# Task statement
Use the entries below and reproduce exactly the lines from the one containing "#149=IFCINDEXEDPOLYGONALFACE((1,9,10,2));" down to the one containing "#172=IFCINDEXEDPOLYGONALFACE((9,10,12,11));", both of them included.

----- Extracted entries -----

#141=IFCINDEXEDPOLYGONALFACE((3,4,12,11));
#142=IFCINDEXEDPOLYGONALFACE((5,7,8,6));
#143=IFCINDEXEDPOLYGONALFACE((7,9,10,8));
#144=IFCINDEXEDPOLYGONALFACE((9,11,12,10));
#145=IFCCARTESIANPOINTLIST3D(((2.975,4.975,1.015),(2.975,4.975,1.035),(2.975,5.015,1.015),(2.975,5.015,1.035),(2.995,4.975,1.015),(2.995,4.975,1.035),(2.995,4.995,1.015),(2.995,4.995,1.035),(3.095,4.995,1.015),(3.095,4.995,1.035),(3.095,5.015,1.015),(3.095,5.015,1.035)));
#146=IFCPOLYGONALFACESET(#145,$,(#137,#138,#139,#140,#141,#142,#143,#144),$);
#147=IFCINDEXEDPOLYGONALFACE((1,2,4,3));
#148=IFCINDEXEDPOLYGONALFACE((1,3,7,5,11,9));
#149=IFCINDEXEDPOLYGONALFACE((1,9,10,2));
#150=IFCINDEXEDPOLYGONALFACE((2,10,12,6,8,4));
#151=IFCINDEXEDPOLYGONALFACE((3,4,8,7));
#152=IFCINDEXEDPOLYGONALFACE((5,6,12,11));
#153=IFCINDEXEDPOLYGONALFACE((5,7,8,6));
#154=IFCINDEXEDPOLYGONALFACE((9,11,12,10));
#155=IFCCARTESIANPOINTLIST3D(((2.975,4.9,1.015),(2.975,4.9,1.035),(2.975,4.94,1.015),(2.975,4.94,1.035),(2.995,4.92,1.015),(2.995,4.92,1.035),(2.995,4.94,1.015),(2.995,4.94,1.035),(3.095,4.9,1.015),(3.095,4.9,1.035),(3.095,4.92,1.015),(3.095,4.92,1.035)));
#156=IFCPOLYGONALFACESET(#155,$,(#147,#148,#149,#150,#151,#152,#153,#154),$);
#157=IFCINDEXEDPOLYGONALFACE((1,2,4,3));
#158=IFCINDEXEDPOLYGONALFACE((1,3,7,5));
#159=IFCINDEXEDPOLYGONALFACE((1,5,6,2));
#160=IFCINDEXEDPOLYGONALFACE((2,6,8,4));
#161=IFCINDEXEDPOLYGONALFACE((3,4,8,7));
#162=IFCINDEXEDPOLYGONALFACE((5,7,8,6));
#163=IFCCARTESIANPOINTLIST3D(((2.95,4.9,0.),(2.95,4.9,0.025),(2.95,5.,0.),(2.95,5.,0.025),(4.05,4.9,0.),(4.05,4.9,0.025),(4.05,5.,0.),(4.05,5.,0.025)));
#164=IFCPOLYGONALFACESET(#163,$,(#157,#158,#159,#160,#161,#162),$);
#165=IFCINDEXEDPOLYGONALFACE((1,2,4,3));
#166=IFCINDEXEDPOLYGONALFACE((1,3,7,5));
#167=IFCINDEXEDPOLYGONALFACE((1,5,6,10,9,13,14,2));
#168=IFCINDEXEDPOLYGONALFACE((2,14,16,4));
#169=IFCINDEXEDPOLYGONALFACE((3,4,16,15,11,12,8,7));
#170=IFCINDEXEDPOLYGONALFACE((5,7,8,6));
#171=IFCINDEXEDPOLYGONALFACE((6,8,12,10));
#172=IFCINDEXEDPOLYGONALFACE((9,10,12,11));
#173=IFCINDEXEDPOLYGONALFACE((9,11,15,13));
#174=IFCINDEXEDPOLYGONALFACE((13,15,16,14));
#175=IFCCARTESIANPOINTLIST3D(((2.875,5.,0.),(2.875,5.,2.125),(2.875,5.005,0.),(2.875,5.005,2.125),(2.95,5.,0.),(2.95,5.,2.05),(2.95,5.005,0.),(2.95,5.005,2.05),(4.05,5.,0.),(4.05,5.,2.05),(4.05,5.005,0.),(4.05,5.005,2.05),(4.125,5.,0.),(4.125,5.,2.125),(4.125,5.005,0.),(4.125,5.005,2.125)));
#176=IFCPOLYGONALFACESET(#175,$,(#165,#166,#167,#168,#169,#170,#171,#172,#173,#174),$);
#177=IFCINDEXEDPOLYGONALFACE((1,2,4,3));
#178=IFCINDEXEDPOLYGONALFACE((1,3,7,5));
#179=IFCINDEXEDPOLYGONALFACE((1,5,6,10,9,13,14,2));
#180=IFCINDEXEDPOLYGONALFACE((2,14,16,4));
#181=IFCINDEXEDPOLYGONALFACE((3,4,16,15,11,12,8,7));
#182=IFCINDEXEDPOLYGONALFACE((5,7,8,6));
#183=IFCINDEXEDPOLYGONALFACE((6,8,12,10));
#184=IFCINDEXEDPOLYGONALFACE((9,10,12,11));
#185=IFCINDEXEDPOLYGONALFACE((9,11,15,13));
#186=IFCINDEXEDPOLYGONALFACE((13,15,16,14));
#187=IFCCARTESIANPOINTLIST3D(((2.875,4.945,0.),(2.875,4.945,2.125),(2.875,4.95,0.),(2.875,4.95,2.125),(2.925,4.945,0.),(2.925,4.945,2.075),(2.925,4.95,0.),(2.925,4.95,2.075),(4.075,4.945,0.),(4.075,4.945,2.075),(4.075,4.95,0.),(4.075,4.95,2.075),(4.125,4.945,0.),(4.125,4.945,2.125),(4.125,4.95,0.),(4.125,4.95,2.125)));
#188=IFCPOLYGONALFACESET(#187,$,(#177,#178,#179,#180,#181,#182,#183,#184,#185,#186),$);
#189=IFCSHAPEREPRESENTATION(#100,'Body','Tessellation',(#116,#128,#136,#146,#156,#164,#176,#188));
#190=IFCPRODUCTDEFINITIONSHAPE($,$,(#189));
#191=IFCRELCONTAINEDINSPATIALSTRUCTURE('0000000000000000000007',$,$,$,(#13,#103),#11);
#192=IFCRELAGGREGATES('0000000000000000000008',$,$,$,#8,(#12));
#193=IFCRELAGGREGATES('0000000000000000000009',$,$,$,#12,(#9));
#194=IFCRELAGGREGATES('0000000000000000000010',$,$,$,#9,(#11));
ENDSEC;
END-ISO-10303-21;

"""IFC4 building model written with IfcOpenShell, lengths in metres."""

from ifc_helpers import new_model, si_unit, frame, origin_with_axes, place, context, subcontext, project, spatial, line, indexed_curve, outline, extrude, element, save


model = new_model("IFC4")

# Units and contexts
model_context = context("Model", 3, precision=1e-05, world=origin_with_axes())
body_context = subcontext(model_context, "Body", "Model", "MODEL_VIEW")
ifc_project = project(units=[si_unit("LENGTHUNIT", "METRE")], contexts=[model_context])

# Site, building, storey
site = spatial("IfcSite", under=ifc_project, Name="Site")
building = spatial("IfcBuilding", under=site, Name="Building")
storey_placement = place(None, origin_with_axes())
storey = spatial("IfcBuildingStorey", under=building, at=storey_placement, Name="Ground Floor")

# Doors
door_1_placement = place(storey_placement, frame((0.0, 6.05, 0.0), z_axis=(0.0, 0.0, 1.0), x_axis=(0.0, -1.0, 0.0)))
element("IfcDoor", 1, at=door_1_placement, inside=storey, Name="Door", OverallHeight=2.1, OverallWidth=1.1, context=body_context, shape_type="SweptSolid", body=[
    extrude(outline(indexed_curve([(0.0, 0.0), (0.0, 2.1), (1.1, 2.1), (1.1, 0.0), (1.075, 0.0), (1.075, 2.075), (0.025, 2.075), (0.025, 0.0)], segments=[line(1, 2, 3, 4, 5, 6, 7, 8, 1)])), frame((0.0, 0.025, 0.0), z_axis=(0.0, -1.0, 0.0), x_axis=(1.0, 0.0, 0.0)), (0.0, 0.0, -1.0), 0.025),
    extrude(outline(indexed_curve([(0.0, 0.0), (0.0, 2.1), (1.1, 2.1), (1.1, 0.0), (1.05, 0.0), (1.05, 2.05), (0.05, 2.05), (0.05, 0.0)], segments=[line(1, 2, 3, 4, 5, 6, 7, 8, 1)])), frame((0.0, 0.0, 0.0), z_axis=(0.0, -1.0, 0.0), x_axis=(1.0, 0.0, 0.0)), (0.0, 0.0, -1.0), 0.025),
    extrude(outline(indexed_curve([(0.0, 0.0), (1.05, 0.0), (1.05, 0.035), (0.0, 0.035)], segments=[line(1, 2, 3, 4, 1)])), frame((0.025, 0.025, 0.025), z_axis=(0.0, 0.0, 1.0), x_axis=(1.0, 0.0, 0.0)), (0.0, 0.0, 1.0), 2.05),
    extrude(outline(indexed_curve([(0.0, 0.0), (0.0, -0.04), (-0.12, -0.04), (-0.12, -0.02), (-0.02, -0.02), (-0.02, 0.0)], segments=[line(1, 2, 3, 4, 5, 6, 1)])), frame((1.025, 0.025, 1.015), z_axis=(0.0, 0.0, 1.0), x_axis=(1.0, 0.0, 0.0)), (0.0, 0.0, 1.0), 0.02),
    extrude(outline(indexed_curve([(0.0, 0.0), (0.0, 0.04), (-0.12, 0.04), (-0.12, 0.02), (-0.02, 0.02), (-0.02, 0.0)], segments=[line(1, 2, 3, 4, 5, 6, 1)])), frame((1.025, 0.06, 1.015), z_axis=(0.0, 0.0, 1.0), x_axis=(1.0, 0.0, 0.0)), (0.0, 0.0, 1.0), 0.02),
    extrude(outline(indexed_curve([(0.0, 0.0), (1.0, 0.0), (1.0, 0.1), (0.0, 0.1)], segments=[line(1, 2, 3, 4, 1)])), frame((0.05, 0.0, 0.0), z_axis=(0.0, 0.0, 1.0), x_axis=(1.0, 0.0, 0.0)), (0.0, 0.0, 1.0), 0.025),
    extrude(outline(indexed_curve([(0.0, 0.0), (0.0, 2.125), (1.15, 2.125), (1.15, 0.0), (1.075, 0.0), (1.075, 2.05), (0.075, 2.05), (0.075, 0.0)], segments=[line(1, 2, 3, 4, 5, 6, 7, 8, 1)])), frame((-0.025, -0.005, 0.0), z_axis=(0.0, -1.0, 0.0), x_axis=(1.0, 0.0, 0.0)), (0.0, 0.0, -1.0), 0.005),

-----

# The answer
#149=IFCINDEXEDPOLYGONALFACE((1,9,10,2));
#150=IFCINDEXEDPOLYGONALFACE((2,10,12,6,8,4));
#151=IFCINDEXEDPOLYGONALFACE((3,4,8,7));
#152=IFCINDEXEDPOLYGONALFACE((5,6,12,11));
#153=IFCINDEXEDPOLYGONALFACE((5,7,8,6));
#154=IFCINDEXEDPOLYGONALFACE((9,11,12,10));
#155=IFCCARTESIANPOINTLIST3D(((2.975,4.9,1.015),(2.975,4.9,1.035),(2.975,4.94,1.015),(2.975,4.94,1.035),(2.995,4.92,1.015),(2.995,4.92,1.035),(2.995,4.94,1.015),(2.995,4.94,1.035),(3.095,4.9,1.015),(3.095,4.9,1.035),(3.095,4.92,1.015),(3.095,4.92,1.035)));
#156=IFCPOLYGONALFACESET(#155,$,(#147,#148,#149,#150,#151,#152,#153,#154),$);
#157=IFCINDEXEDPOLYGONALFACE((1,2,4,3));
#158=IFCINDEXEDPOLYGONALFACE((1,3,7,5));
#159=IFCINDEXEDPOLYGONALFACE((1,5,6,2));
#160=IFCINDEXEDPOLYGONALFACE((2,6,8,4));
#161=IFCINDEXEDPOLYGONALFACE((3,4,8,7));
#162=IFCINDEXEDPOLYGONALFACE((5,7,8,6));
#163=IFCCARTESIANPOINTLIST3D(((2.95,4.9,0.),(2.95,4.9,0.025),(2.95,5.,0.),(2.95,5.,0.025),(4.05,4.9,0.),(4.05,4.9,0.025),(4.05,5.,0.),(4.05,5.,0.025)));
#164=IFCPOLYGONALFACESET(#163,$,(#157,#158,#159,#160,#161,#162),$);
#165=IFCINDEXEDPOLYGONALFACE((1,2,4,3));
#166=IFCINDEXEDPOLYGONALFACE((1,3,7,5));
#167=IFCINDEXEDPOLYGONALFACE((1,5,6,10,9,13,14,2));
#168=IFCINDEXEDPOLYGONALFACE((2,14,16,4));
#169=IFCINDEXEDPOLYGONALFACE((3,4,16,15,11,12,8,7));
#170=IFCINDEXEDPOLYGONALFACE((5,7,8,6));
#171=IFCINDEXEDPOLYGONALFACE((6,8,12,10));
#172=IFCINDEXEDPOLYGONALFACE((9,10,12,11));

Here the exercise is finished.